(How to complete this task)
Some of the lines below need repeating. Reproduce exactly those between the lines holding "#17=IFCLOCALPLACEMENT(#11,#16);" and "#45=IFCPRODUCTDEFINITIONSHAPE($,$,(#44));", inclusive.

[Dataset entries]
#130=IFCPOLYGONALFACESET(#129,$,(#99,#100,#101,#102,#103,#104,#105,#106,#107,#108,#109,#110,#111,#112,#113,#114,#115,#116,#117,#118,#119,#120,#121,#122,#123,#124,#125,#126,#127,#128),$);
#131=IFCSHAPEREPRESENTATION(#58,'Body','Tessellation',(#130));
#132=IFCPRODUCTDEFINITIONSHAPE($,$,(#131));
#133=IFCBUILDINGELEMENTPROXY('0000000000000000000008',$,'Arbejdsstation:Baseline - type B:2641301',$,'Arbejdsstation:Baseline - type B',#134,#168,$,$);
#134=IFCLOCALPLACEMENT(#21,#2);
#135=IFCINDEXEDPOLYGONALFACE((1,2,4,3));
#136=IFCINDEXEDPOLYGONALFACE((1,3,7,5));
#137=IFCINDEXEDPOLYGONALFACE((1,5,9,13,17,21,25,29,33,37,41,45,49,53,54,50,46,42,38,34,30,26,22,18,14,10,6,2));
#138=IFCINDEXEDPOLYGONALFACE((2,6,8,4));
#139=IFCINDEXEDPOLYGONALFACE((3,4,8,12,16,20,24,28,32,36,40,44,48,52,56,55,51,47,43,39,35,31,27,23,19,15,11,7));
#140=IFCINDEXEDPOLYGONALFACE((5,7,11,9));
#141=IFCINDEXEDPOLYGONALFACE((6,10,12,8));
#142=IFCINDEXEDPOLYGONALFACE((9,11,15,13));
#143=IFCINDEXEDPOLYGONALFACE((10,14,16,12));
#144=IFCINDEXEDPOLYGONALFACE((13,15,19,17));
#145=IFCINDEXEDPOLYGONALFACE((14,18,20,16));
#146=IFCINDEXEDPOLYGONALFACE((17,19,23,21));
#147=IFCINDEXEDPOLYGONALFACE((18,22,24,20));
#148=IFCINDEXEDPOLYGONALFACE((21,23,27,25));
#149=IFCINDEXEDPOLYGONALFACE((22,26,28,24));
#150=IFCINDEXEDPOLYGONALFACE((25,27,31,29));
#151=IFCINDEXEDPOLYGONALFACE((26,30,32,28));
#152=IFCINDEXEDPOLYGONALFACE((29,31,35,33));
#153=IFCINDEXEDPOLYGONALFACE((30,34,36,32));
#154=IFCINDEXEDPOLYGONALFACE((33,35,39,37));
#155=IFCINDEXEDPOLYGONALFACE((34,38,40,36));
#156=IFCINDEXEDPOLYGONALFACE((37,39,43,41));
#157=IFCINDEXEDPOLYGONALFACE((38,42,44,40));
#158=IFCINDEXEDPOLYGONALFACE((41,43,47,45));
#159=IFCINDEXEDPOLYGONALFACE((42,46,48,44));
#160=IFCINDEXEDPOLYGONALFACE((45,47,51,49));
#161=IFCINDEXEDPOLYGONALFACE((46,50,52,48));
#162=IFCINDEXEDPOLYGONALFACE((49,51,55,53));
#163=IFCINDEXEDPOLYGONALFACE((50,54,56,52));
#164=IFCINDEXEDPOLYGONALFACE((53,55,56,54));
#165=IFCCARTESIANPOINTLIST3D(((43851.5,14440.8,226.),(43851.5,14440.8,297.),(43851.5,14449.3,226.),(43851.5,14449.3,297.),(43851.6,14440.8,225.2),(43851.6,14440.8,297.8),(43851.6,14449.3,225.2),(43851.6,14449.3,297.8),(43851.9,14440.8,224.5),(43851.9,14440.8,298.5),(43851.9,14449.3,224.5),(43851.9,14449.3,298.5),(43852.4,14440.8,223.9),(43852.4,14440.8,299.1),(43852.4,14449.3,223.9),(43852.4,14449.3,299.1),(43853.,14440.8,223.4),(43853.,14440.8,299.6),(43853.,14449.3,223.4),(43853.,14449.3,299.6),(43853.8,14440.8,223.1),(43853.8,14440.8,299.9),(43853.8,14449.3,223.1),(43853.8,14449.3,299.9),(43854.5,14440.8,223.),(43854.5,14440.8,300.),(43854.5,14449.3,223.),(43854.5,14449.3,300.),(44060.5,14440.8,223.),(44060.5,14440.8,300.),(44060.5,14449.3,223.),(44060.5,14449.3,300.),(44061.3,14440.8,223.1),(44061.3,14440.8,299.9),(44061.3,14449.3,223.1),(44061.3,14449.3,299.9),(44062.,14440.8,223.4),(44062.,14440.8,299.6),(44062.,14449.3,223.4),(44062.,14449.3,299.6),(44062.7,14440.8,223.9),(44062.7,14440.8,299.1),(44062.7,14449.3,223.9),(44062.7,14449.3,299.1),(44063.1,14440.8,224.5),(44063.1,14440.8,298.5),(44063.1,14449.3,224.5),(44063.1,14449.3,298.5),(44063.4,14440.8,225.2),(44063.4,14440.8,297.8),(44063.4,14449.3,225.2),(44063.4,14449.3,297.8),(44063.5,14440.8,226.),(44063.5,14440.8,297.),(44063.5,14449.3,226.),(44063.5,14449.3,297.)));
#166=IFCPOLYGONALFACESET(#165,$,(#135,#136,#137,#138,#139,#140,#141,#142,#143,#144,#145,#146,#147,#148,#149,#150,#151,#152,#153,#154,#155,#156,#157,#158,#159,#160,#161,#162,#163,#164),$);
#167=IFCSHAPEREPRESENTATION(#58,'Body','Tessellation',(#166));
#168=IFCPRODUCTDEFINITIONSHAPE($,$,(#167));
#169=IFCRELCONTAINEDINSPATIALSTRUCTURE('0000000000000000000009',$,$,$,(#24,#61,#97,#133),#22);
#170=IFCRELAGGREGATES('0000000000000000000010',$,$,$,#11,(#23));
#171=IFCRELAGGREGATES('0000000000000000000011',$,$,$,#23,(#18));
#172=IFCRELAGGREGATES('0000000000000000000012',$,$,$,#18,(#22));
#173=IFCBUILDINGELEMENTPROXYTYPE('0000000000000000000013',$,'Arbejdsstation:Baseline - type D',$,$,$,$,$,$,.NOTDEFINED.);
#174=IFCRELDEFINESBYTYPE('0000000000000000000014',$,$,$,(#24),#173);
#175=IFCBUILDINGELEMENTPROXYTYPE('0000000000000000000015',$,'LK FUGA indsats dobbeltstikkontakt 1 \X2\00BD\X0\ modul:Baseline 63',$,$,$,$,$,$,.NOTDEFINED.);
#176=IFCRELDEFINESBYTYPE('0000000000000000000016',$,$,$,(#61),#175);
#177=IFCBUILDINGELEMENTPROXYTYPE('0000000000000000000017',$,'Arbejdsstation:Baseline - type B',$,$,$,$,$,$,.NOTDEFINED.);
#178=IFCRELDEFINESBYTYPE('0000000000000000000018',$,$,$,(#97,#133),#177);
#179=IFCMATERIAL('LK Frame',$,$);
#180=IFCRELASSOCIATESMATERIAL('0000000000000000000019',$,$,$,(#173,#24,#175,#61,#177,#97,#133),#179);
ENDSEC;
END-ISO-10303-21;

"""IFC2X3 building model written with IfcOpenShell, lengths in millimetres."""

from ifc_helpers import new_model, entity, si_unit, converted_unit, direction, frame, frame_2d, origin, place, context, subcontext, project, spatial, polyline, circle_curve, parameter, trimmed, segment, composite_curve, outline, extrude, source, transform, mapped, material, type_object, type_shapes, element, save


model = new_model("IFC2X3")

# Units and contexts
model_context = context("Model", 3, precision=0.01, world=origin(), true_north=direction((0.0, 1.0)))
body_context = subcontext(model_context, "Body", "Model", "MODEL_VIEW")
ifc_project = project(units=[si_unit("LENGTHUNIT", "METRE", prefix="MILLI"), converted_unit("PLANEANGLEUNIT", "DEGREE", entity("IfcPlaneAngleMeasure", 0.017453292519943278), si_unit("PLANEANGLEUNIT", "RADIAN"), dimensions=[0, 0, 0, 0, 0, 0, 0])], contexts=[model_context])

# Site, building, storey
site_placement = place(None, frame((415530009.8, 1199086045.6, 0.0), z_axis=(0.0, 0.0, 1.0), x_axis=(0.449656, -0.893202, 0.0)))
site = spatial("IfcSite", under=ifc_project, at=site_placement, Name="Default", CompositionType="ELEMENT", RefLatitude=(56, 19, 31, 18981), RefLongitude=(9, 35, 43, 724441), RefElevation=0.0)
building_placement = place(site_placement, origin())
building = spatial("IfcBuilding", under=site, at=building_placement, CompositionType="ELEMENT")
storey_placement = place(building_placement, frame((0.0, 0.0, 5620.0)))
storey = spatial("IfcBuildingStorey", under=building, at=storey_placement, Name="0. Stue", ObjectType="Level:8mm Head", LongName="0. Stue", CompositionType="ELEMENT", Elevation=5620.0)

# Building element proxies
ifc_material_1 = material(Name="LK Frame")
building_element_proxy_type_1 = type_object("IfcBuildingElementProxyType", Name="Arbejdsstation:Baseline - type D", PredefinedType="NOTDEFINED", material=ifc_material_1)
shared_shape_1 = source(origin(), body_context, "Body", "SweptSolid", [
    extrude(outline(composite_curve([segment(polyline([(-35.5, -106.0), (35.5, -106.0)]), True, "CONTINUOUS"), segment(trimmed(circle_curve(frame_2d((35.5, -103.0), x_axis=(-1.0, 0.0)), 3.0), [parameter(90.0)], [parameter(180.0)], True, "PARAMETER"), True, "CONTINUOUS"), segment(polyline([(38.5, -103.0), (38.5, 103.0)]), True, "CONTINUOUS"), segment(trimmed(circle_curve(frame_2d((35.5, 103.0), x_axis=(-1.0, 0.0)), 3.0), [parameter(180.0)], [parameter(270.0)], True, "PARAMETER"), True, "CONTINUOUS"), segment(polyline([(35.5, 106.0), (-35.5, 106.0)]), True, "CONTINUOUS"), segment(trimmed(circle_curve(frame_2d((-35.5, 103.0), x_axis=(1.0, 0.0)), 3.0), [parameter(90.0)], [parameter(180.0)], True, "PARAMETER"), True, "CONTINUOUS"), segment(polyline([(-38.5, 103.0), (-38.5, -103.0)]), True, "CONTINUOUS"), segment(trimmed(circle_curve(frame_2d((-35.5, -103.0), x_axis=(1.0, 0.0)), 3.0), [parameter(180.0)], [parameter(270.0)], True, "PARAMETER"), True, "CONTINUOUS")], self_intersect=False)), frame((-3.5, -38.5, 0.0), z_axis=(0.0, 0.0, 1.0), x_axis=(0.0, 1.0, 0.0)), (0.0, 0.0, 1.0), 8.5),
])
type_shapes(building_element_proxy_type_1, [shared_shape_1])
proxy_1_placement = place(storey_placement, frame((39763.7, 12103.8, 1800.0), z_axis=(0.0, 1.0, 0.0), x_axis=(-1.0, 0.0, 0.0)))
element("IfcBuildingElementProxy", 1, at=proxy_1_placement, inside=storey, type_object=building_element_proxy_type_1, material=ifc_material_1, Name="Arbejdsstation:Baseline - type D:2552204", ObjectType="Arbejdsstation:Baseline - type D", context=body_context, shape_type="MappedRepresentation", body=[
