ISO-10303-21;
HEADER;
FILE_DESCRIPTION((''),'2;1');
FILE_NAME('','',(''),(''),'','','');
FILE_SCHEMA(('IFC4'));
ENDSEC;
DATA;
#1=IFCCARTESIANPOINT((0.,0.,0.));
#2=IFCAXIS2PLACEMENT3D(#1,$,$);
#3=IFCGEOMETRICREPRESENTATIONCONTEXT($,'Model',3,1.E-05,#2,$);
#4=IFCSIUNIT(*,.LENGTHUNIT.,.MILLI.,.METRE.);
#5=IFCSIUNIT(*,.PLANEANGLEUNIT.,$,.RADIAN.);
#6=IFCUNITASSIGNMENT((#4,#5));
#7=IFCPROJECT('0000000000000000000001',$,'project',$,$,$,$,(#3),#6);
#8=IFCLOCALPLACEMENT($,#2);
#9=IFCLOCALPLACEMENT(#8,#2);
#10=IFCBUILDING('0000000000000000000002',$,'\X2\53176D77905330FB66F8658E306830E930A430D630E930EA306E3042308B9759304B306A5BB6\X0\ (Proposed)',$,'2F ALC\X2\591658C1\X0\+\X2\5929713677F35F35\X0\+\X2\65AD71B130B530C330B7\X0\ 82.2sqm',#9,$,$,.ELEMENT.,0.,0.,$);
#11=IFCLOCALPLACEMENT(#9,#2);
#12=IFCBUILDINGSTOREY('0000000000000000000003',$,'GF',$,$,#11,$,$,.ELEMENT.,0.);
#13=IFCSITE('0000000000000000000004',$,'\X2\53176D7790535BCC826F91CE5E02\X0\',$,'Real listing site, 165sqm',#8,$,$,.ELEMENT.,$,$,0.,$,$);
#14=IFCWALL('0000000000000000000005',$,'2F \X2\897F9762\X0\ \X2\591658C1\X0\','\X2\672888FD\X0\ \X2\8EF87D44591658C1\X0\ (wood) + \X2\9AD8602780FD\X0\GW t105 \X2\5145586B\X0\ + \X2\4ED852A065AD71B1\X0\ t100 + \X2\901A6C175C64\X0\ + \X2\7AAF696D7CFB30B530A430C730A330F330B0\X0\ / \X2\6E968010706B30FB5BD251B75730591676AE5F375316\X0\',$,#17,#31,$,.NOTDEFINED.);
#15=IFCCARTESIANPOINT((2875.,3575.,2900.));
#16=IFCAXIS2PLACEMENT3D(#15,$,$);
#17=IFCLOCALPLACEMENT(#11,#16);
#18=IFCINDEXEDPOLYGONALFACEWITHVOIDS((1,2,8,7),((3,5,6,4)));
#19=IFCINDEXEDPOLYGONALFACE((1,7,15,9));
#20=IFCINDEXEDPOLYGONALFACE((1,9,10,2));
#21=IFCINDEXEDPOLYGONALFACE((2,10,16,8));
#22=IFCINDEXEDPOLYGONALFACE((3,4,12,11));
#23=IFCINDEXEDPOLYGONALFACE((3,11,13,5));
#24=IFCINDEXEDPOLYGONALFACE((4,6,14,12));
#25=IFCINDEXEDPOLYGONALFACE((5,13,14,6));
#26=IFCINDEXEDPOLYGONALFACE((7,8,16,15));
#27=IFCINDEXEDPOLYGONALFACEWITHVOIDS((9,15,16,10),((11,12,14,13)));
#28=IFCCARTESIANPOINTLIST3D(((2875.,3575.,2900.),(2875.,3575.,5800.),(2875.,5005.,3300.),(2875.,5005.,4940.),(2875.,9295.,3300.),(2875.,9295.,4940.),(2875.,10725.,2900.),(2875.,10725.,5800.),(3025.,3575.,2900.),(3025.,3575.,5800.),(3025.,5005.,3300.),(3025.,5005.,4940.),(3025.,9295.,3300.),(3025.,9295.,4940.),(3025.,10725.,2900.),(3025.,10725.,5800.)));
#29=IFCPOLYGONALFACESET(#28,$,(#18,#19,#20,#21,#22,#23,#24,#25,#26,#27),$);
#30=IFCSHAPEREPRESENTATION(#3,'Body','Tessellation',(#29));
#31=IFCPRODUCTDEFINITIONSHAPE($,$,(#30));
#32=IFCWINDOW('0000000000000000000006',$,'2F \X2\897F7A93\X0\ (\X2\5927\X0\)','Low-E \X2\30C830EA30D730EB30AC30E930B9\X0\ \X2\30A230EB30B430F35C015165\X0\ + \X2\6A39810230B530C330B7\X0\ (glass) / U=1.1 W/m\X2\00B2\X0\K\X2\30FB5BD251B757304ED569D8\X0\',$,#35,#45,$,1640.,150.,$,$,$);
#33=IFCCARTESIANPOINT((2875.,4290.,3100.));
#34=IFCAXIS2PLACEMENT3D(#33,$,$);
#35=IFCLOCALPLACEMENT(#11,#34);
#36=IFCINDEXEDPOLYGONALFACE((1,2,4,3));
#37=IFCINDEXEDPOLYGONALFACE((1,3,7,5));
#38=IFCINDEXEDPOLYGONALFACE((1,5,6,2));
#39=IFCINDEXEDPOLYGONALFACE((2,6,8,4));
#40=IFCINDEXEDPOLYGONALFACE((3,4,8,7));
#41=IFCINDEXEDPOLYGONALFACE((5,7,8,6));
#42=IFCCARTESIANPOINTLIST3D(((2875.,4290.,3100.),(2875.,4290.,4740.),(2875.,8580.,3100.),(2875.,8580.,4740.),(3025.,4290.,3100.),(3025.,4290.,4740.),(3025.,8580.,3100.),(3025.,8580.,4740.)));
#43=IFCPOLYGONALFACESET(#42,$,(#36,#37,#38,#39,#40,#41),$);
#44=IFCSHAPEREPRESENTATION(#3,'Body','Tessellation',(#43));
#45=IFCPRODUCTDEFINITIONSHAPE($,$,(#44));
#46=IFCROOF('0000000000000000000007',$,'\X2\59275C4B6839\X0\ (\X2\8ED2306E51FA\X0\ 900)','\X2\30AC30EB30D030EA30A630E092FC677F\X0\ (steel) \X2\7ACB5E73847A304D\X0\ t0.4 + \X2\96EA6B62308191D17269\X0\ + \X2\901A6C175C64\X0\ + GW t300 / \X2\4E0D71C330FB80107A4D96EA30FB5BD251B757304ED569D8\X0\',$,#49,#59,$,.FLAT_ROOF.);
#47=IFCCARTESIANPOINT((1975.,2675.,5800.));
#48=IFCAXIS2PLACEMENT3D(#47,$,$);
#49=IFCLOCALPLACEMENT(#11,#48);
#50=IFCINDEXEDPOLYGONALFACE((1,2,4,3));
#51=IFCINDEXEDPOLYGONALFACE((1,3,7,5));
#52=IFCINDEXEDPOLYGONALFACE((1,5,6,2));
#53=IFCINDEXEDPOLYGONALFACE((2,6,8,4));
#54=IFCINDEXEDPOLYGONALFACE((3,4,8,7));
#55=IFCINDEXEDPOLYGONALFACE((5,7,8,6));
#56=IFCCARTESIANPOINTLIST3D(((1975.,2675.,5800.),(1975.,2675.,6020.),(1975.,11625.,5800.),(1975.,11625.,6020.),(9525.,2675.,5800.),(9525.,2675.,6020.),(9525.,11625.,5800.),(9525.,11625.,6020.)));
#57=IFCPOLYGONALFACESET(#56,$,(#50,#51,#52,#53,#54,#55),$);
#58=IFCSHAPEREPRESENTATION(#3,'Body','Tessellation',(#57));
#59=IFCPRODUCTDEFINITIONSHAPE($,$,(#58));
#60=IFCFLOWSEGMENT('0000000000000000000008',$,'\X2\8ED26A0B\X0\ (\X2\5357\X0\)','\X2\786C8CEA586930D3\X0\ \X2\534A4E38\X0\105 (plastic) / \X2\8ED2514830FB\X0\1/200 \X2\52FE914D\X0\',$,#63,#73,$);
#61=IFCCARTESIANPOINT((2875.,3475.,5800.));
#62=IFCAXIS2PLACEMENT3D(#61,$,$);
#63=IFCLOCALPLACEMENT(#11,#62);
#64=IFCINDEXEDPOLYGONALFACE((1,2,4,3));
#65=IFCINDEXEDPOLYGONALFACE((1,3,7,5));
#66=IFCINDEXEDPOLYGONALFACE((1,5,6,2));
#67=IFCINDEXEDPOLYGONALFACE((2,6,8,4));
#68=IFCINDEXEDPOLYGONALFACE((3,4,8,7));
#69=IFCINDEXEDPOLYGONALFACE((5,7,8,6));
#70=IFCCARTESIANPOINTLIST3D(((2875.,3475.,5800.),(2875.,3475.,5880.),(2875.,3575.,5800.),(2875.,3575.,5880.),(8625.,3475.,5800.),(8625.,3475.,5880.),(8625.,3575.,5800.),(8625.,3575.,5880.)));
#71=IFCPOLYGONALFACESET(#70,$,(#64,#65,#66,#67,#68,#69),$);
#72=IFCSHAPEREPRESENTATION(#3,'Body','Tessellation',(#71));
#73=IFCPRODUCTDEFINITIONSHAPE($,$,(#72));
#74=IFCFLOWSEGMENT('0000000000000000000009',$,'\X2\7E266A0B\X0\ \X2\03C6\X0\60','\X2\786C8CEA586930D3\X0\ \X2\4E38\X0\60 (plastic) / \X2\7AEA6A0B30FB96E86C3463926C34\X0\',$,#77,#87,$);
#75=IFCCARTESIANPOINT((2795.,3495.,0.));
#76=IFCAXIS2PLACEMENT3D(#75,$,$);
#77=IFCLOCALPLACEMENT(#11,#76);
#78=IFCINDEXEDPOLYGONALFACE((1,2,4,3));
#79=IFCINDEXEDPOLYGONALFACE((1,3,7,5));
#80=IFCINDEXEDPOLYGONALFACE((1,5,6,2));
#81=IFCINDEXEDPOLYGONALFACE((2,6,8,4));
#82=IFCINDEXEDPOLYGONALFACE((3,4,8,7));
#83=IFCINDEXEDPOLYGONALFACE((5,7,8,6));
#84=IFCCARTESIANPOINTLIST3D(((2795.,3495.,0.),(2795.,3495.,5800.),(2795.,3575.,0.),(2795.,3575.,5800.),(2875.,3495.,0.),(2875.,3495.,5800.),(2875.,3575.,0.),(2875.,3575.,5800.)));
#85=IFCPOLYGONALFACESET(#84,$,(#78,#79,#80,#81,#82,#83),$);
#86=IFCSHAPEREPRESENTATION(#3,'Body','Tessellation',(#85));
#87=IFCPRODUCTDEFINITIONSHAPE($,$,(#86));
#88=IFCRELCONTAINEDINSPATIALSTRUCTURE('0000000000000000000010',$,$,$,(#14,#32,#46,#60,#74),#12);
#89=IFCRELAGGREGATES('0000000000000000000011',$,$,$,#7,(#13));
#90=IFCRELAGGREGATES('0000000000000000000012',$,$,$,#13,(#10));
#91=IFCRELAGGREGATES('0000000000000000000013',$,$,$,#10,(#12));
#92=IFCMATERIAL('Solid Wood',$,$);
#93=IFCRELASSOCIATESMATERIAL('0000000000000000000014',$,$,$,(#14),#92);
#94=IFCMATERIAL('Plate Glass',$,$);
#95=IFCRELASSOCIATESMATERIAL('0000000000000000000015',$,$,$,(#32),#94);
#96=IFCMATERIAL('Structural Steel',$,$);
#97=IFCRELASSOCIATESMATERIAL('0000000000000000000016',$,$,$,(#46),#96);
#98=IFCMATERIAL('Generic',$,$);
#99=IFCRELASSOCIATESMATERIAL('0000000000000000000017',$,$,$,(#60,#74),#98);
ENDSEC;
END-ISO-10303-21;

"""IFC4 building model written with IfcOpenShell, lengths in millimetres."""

from ifc_helpers import new_model, si_unit, frame, frame_2d, origin, place, context, project, spatial, rectangle, extrude, material, element, fill, save


model = new_model("IFC4")

# Units and contexts
model_context = context("Model", 3, precision=1e-05, world=origin())
ifc_project = project(units=[si_unit("LENGTHUNIT", "METRE", prefix="MILLI"), si_unit("PLANEANGLEUNIT", "RADIAN")], contexts=[model_context])

# Site, building, storey
site_placement = place(None, origin())
site = spatial("IfcSite", under=ifc_project, at=site_placement, Name="北海道富良野市", ObjectType="Real listing site, 165sqm", CompositionType="ELEMENT", RefElevation=0.0)
building_placement = place(site_placement, origin())
building = spatial("IfcBuilding", under=site, at=building_placement, Name="北海道・書斎とライブラリのある静かな家 (Proposed)", ObjectType="2F ALC外壁+天然石張+断熱サッシ 82.2sqm", CompositionType="ELEMENT", ElevationOfRefHeight=0.0, ElevationOfTerrain=0.0)
storey_placement = place(building_placement, origin())
storey = spatial("IfcBuildingStorey", under=building, at=storey_placement, Name="GF", CompositionType="ELEMENT", Elevation=0.0)

# Shared definitions
ifc_material_1 = material(Name="Solid Wood")

# Shared definitions
ifc_material_2 = material(Name="Plate Glass")

# Wall, opening, window
wall_1_placement = place(storey_placement, frame((2875.0, 3575.0, 2900.0)))
wall_1 = element("IfcWall", 1, at=wall_1_placement, inside=storey, material=ifc_material_1, Name="2F 西面 外壁", Description="木製 軸組外壁 (wood) + 高性能GW t105 充填 + 付加断熱 t100 + 通気層 + 窯業系サイディング / 準耐火・寒冷地外皮強化", PredefinedType="NOTDEFINED", context=model_context, shape_type="SweptSolid", body=[
    extrude(rectangle(XDim=150.0, YDim=7150.0, at=frame_2d((75.0, 3575.0))), frame((2875.0, 3575.0, 2900.0)), (0.0, 0.0, 1.0), 2900.0),
])
opening_1_placement = place(storey_placement, frame((2875.0, 4290.0, 3100.0)))
opening_1 = element("IfcOpeningElement", 2, at=opening_1_placement, cuts=wall_1, PredefinedType="NOTDEFINED", context=model_context, shape_type="SweptSolid", body=[
    extrude(rectangle(XDim=150.0, YDim=4290.0, at=frame_2d((75.0, 2145.0))), frame((2875.0, 4290.0, 3100.0)), (0.0, 0.0, 1.0), 1640.0),
])
window_1_placement = place(storey_placement, frame((2875.0, 4290.0, 3100.0)))
window_1 = element("IfcWindow", 3, at=window_1_placement, inside=storey, material=ifc_material_2, Name="2F 西窓 (大)", Description="Low-E トリプルガラス アルゴン封入 + 樹脂サッシ (glass) / U=1.1 W/m²K・寒冷地仕様", OverallHeight=1640.0, OverallWidth=150.0, context=model_context, shape_type="SweptSolid", body=[
    extrude(rectangle(XDim=150.0, YDim=4290.0, at=frame_2d((75.0, 2145.0))), frame((2875.0, 4290.0, 3100.0)), (0.0, 0.0, 1.0), 1640.0),
])
fill(opening_1, window_1)

# Roof
ifc_material_3 = material(Name="Structural Steel")
roof_placement = place(storey_placement, frame((1975.0, 2675.0, 5800.0)))
element("IfcRoof", 4, at=roof_placement, inside=storey, material=ifc_material_3, Name="大屋根 (軒の出 900)", Description="ガルバリウム鋼板 (steel) 立平葺き t0.4 + 雪止め金物 + 通気層 + GW t300 / 不燃・耐積雪・寒冷地仕様", PredefinedType="FLAT_ROOF", context=model_context, shape_type="SweptSolid", body=[
    extrude(rectangle(XDim=7550.0, YDim=8950.0, at=frame_2d((3775.0, 4475.0))), frame((1975.0, 2675.0, 5800.0)), (0.0, 0.0, 1.0), 220.0),
])

# Flow segments
ifc_material_4 = material(Name="Generic")
flow_segment_1_placement = place(storey_placement, frame((2875.0, 3475.0, 5800.0)))
element("IfcFlowSegment", 5, at=flow_segment_1_placement, inside=storey, material=ifc_material_4, Name="軒樋 (南)", Description="硬質塩ビ 半丸105 (plastic) / 軒先・1/200 勾配", context=model_context, shape_type="SweptSolid", body=[
    extrude(rectangle(XDim=5750.0, YDim=100.0, at=frame_2d((2875.0, 50.0))), frame((2875.0, 3475.0, 5800.0)), (0.0, 0.0, 1.0), 80.0),
])
flow_segment_2_placement = place(storey_placement, frame((2795.0, 3495.0, 0.0)))
element("IfcFlowSegment", 6, at=flow_segment_2_placement, inside=storey, material=ifc_material_4, Name="縦樋 φ60", Description="硬質塩ビ 丸60 (plastic) / 竪樋・雨水排水", context=model_context, shape_type="SweptSolid", body=[
    extrude(rectangle(XDim=80.0, YDim=80.0, at=frame_2d((40.0, 40.0))), frame((2795.0, 3495.0, 0.0)), (0.0, 0.0, 1.0), 5800.0),
])

save(model, "model.ifc")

(Written response)
#17=IFCLOCALPLACEMENT(#11,#16);
#18=IFCINDEXEDPOLYGONALFACEWITHVOIDS((1,2,8,7),((3,5,6,4)));
#19=IFCINDEXEDPOLYGONALFACE((1,7,15,9));
#20=IFCINDEXEDPOLYGONALFACE((1,9,10,2));
#21=IFCINDEXEDPOLYGONALFACE((2,10,16,8));
#22=IFCINDEXEDPOLYGONALFACE((3,4,12,11));
#23=IFCINDEXEDPOLYGONALFACE((3,11,13,5));
#24=IFCINDEXEDPOLYGONALFACE((4,6,14,12));
#25=IFCINDEXEDPOLYGONALFACE((5,13,14,6));
#26=IFCINDEXEDPOLYGONALFACE((7,8,16,15));
#27=IFCINDEXEDPOLYGONALFACEWITHVOIDS((9,15,16,10),((11,12,14,13)));
#28=IFCCARTESIANPOINTLIST3D(((2875.,3575.,2900.),(2875.,3575.,5800.),(2875.,5005.,3300.),(2875.,5005.,4940.),(2875.,9295.,3300.),(2875.,9295.,4940.),(2875.,10725.,2900.),(2875.,10725.,5800.),(3025.,3575.,2900.),(3025.,3575.,5800.),(3025.,5005.,3300.),(3025.,5005.,4940.),(3025.,9295.,3300.),(3025.,9295.,4940.),(3025.,10725.,2900.),(3025.,10725.,5800.)));
#29=IFCPOLYGONALFACESET(#28,$,(#18,#19,#20,#21,#22,#23,#24,#25,#26,#27),$);
#30=IFCSHAPEREPRESENTATION(#3,'Body','Tessellation',(#29));
#31=IFCPRODUCTDEFINITIONSHAPE($,$,(#30));
#32=IFCWINDOW('0000000000000000000006',$,'2F \X2\897F7A93\X0\ (\X2\5927\X0\)','Low-E \X2\30C830EA30D730EB30AC30E930B9\X0\ \X2\30A230EB30B430F35C015165\X0\ + \X2\6A39810230B530C330B7\X0\ (glass) / U=1.1 W/m\X2\00B2\X0\K\X2\30FB5BD251B757304ED569D8\X0\',$,#35,#45,$,1640.,150.,$,$,$);
#33=IFCCARTESIANPOINT((2875.,4290.,3100.));
#34=IFCAXIS2PLACEMENT3D(#33,$,$);
#35=IFCLOCALPLACEMENT(#11,#34);
#36=IFCINDEXEDPOLYGONALFACE((1,2,4,3));
#37=IFCINDEXEDPOLYGONALFACE((1,3,7,5));
#38=IFCINDEXEDPOLYGONALFACE((1,5,6,2));
#39=IFCINDEXEDPOLYGONALFACE((2,6,8,4));
#40=IFCINDEXEDPOLYGONALFACE((3,4,8,7));
#41=IFCINDEXEDPOLYGONALFACE((5,7,8,6));
#42=IFCCARTESIANPOINTLIST3D(((2875.,4290.,3100.),(2875.,4290.,4740.),(2875.,8580.,3100.),(2875.,8580.,4740.),(3025.,4290.,3100.),(3025.,4290.,4740.),(3025.,8580.,3100.),(3025.,8580.,4740.)));
#43=IFCPOLYGONALFACESET(#42,$,(#36,#37,#38,#39,#40,#41),$);
#44=IFCSHAPEREPRESENTATION(#3,'Body','Tessellation',(#43));
#45=IFCPRODUCTDEFINITIONSHAPE($,$,(#44));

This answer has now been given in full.